Fault injection is a common technique in chaos engineering. Istio supports two fault injection types. The first type is interruption fault injection that terminates requests and returns error code to downstream services to simulate errors in upstream services. Istio also allows specifying the proportion of interrupted requests. The second type is latency fault injection that induces latency before the forwarding action in order to simulate faults such as network faults and upstream service overloads.
Traffic mirroring is a method of sending replicas of real-time traffic to the mirror service for validating tests. Traffic mirroring is performed outside the critical request path of the primary service. For example, when forwarding a HTTP request to an intended target, mirror the traffic and send the mirrored traffic to other targets at the same time.

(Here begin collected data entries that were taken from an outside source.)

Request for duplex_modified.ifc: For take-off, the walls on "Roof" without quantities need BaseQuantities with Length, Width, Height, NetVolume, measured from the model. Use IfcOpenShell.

First a look at what the model holds.

```python
import ifcopenshell
import ifcopenshell.util.element
import ifcopenshell.util.unit

model = ifcopenshell.open("duplex_modified.ifc")
print(model.schema)
for unit_type in ("LENGTHUNIT", "AREAUNIT", "VOLUMEUNIT"):
    print(unit_type, ifcopenshell.util.unit.calculate_unit_scale(model, unit_type))
storey = next(s for s in model.by_type("IfcBuildingStorey") if s.Name == "Roof")
walls = [e for e in ifcopenshell.util.element.get_decomposition(storey) if e.is_a("IfcWall")]
for e in sorted(walls, key=lambda e: e.id()):
    print(e.id(), e.is_a(), e.Name, list(ifcopenshell.util.element.get_psets(e, qtos_only=True)), sep=" | ")
```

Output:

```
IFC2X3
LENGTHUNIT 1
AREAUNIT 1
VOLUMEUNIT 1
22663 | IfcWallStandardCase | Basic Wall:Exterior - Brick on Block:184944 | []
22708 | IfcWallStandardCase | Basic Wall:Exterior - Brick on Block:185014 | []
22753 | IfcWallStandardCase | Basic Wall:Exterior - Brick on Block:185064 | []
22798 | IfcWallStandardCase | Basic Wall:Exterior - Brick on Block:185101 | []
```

```python
import ifcopenshell
import ifcopenshell.api.pset
import ifcopenshell.geom
import ifcopenshell.util.element
import ifcopenshell.util.shape
import ifcopenshell.util.unit

model = ifcopenshell.open("duplex_modified.ifc")
unit_scale = ifcopenshell.util.unit.calculate_unit_scale(model)
volume_scale = ifcopenshell.util.unit.calculate_unit_scale(model, "VOLUMEUNIT")
settings = ifcopenshell.geom.settings()

storey = next(s for s in model.by_type("IfcBuildingStorey") if s.Name == "Roof")
walls = [e for e in ifcopenshell.util.element.get_decomposition(storey) if e.is_a("IfcWall")]

for e in sorted(walls, key=lambda e: e.id()):
    if ifcopenshell.util.element.get_psets(e, qtos_only=True, should_inherit=False):
        continue
    # Geometry comes back in metres, in the element's own axes.
    shape = ifcopenshell.geom.create_shape(settings, e)
    values = {
        "Length": ifcopenshell.util.shape.get_x(shape.geometry) / unit_scale,
        "Width": ifcopenshell.util.shape.get_y(shape.geometry) / unit_scale,
        "Height": ifcopenshell.util.shape.get_z(shape.geometry) / unit_scale,
        "NetVolume": ifcopenshell.util.shape.get_volume(shape.geometry) / volume_scale,
    }
    qto = ifcopenshell.api.pset.add_qto(model, product=e, name="BaseQuantities")
    ifcopenshell.api.pset.edit_qto(model, qto=qto, properties=values)
    print(e.id(), {k: round(v, 3) for k, v in values.items()})

model.write("duplex_modified_updated.ifc")
```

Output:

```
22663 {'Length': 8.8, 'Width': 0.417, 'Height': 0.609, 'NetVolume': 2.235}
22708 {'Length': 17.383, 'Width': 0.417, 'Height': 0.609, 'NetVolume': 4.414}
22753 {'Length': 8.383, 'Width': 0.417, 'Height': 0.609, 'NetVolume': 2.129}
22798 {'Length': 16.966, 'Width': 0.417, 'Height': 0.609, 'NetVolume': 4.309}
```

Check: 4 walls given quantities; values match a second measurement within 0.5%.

This allows us to record the real data and traffic models in a production system, which can be used to generate simulated test data and plans and perform end-to-end stress testing in a more real manner.
Note: For performance considerations, Sidecar/Gateway will not wait for the response from the mirroring targets before the response from the intended target is returned.
Now let’s look at an active geo-redundancy example solution that is based on containers and service mesh:
Consider a microservices application for redeeming reward points, which is deployed in two k8s clusters in Beijing and Zhangjiakou respectively. This application implements network interconnection with Express Connect and database replication with DTS. The services in the whole system are managed by using a highly available Istio service mesh across clusters.
In this example, we can use Alibaba Cloud Container Service to easily and uniformly deploy and manage applications in k8s clusters in the two regions. Meanwhile, we can use the Istio service mesh to implement the service management plane. Initially, the clusters in both Beijing and Zhangjiakou provide public-facing services. When the cluster in Beijing cannot be accessed, we switch all service invocations to the cluster in Zhangjiakou to ensure business continuity.
Kubeflow is a Kubernetes-based community project initially launched by Google to support machine learning. Kubeflow can support different cluster learning frameworks in a cloud-native manner and manage the entire lifecycle from data preparation and model training to model prediction.
Arena is an open-source project contributed by the Alibaba Cloud Container Service team to the Kubeflow community. This tool can hide all the underlying details and cascade deep learning pipelines. Today we mainly explain how to use Service Mesh to strengthen online inference services and support multiple models/versions, phased release, refined traffic flow control, and elasticity.
Continuously optimizing deep learning models is a great challenge in AI production applications. For example, an e-commerce platform needs to train models continuously based on user behavior records so that it can better predict user preferences and consumption hotspots. Meanwhile, before a new model goes online, a safe and controllable process is required to validate the improvements brought by that new model.
By using the Arena commands, we can easily and continuously optimize training models, release models, and traffic switching models. Data scientists use “arena submit” to submit distributed model training, for which GPUs or CPUs can be used. When a new model is trained, the “arena serve” command deploys the new model to a production environment, where the old model is also retained. However, this new model doesn’t provide public-facing services. At this point, data engineers can use the “traffic-split” command in Arena to implement traffic control, model version updates, and rollback.